Beyond Your Backyard: Good or Bad?
Good or bad? I’ve been asked this question a lot in my career. Is haying good or bad? Is grazing good or bad? Is fire good or bad for the prairie? The answer is always the same: a question. What time of year? How short are you haying? How often? How many animals? What kind? What’s your rotation? What season are you burning? How frequently? Are you leaving refugia? What’s your fire return interval?
Nature is not so easily put into a box and rarely is there an answer that is black or white. There’s a complexity to it that is both frustrating and fascinating. One thing remains the same: each of these are tools. They are neither good nor bad. They have utility, but they also can be overused and cause unintended damage if not used cautiously with a well-thought-out approach that allows for adaptive management if something isn’t working or responding how we anticipated.
A prairie does not become a prairie by simply planting grass and grazing, burning, or haying. There’s nuance and multiple tools and approaches that can be used. My friend Henry recently told me he’s convinced the “P” in prairie actually stands for patience, which may be the most beneficial tool of all—allowing nature to do its thing on its own timeline.
It’s these questions and complexity that led DNR Invertebrate Ecologist Jessica Petersen and myself to start the Prairie Pod (a science podcast that’s fun, we promise). We wanted to dive deep and have conversations about what makes the prairie special: its unique parts and pieces, how it has shaped our world, and how our choices can help it to survive or die. We wanted to showcase the prairie partnership in Minnesota made up of landowners, land managers, scientists, and enthusiasts who are working to ensure this land isn’t just a piece of our rich natural heritage, but an emblem of our future.
We hope each episode helps people from the best prairie ecologists to my Aunt Becky discover the prairie and experience its many wonders. Science as it should be: for everyone. There’s jokes, random outbursts of song (sometimes I can’t help myself) and solid knowledge being dropped on every episode. DNR Nongame Biologist Mike Worland joined the charge last year as my new cohost. We have a brother-sister type camaraderie that makes the podcast fun and at times ridiculous in the best possible way. I learn new things every episode and I hope you will too!

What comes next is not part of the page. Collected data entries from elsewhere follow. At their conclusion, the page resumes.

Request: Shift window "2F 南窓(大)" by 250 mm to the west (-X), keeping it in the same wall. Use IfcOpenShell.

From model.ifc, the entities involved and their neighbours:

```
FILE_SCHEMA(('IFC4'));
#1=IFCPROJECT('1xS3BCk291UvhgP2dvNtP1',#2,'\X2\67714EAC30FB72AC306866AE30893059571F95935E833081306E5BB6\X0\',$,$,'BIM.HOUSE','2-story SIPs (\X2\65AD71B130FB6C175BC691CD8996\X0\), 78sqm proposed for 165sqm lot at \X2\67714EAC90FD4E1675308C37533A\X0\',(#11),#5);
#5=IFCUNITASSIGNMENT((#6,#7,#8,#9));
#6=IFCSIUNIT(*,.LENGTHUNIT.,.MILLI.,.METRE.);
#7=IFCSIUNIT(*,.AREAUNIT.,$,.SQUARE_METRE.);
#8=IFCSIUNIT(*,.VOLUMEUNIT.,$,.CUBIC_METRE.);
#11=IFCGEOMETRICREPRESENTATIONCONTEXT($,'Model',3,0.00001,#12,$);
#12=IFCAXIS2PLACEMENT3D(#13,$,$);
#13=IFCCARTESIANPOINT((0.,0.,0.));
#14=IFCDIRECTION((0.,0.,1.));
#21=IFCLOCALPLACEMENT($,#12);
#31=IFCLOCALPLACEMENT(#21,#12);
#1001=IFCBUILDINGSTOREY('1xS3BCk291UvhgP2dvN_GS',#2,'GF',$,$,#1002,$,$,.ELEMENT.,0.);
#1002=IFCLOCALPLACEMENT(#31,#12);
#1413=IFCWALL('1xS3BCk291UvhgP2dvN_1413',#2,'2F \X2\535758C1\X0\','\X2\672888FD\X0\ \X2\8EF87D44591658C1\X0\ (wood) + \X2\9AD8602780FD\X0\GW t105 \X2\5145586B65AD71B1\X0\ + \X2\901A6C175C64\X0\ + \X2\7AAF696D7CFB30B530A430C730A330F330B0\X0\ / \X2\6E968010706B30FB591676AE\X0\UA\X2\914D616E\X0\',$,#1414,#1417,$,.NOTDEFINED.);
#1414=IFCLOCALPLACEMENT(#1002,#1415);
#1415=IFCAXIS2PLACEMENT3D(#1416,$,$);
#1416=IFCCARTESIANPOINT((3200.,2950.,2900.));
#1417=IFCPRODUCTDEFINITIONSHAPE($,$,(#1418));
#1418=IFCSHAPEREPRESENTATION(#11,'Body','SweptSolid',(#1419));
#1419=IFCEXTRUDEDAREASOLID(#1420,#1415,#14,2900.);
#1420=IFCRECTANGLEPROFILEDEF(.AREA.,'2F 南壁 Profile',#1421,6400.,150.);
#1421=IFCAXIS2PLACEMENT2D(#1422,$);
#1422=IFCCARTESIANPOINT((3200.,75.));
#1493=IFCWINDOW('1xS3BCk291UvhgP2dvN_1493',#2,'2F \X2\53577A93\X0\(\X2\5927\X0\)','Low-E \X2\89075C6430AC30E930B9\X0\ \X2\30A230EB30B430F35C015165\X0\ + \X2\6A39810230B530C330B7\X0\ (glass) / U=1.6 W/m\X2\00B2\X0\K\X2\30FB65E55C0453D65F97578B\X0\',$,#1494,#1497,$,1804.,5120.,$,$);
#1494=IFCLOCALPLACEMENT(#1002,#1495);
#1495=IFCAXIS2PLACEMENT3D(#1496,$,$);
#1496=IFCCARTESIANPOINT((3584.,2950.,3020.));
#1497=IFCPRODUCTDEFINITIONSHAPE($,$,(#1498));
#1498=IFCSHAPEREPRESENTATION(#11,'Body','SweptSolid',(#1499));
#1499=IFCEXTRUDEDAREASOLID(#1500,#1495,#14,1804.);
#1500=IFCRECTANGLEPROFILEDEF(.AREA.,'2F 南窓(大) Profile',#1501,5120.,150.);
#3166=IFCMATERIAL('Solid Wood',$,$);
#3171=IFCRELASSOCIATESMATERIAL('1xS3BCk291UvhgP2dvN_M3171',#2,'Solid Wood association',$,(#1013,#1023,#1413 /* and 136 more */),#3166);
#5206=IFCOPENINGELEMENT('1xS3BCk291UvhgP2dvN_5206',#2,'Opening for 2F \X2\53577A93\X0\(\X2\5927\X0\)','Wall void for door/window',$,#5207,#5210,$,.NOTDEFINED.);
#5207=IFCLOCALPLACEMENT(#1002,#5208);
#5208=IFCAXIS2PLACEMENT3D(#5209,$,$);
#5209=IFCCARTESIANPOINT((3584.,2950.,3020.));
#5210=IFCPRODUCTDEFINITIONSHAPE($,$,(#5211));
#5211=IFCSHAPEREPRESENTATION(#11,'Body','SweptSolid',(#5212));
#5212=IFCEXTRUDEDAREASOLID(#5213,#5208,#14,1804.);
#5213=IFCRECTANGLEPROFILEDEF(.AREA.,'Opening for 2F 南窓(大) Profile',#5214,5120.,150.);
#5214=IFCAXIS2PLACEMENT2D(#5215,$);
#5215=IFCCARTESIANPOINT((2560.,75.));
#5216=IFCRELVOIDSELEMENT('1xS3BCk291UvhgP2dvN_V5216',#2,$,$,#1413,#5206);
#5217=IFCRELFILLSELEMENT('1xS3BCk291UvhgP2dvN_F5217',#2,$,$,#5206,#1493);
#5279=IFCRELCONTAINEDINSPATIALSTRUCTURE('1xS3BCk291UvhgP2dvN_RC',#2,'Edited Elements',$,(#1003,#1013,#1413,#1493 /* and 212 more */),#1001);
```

```python
import ifcopenshell
import ifcopenshell.api.geometry
import ifcopenshell.util.placement
import ifcopenshell.util.unit

model = ifcopenshell.open("model.ifc")
unit_scale = ifcopenshell.util.unit.calculate_unit_scale(model)

window = model.by_guid("1xS3BCk291UvhgP2dvN_1493")
opening = window.FillsVoids[0].RelatingOpeningElement
wall = opening.VoidsElements[0].RelatingBuildingElement

wall_matrix = ifcopenshell.util.placement.get_local_placement(wall.ObjectPlacement)
shift = wall_matrix[:3, 0] * -0.25 / unit_scale
before = ifcopenshell.util.placement.get_local_placement(window.ObjectPlacement)[:3, 3].copy()

# The window is not placed relative to its opening, so move both.
for product in (opening, window):
    matrix = ifcopenshell.util.placement.get_local_placement(product.ObjectPlacement)
    matrix[:3, 3] += shift
    ifcopenshell.api.geometry.edit_object_placement(model, product=product, matrix=matrix, is_si=False)

after = ifcopenshell.util.placement.get_local_placement(window.ObjectPlacement)[:3, 3]
print("window moved by", (after - before).round(3) + 0.0)

model.write("model_rev.ifc")
```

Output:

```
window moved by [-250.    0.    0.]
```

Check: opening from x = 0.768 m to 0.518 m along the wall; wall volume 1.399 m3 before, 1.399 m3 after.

I leave you for this week with these parting thoughts: we’re taught at an early age the value of a tree. How it helps us breathe, stores carbon and provides us with useful products like paper and wood. I wonder if the prairie ever gets jealous? Knowing it as I do, I imagine it doesn’t. But rather being the wise soul that it is, acknowledges there is no competition — we need both forests and prairies if we are to live in a healthy and whole Minnesota.
Even so, if we can do a little to help people understand that the prairie is storing 0.30 to 1.7 metric tons (661 to 3,748 pounds) of carbon per acre per year in its extensive roots, absorbing roughly nine inches of rainfall per hour without runoff, filtering and cleaning that same water, and also giving us clean air to breathe — well, that’s credit I’m sure the trees and forests won’t mind sharing. Those swaying grasses and wildflowers are doing far more than just existing – they are living so we can live in return.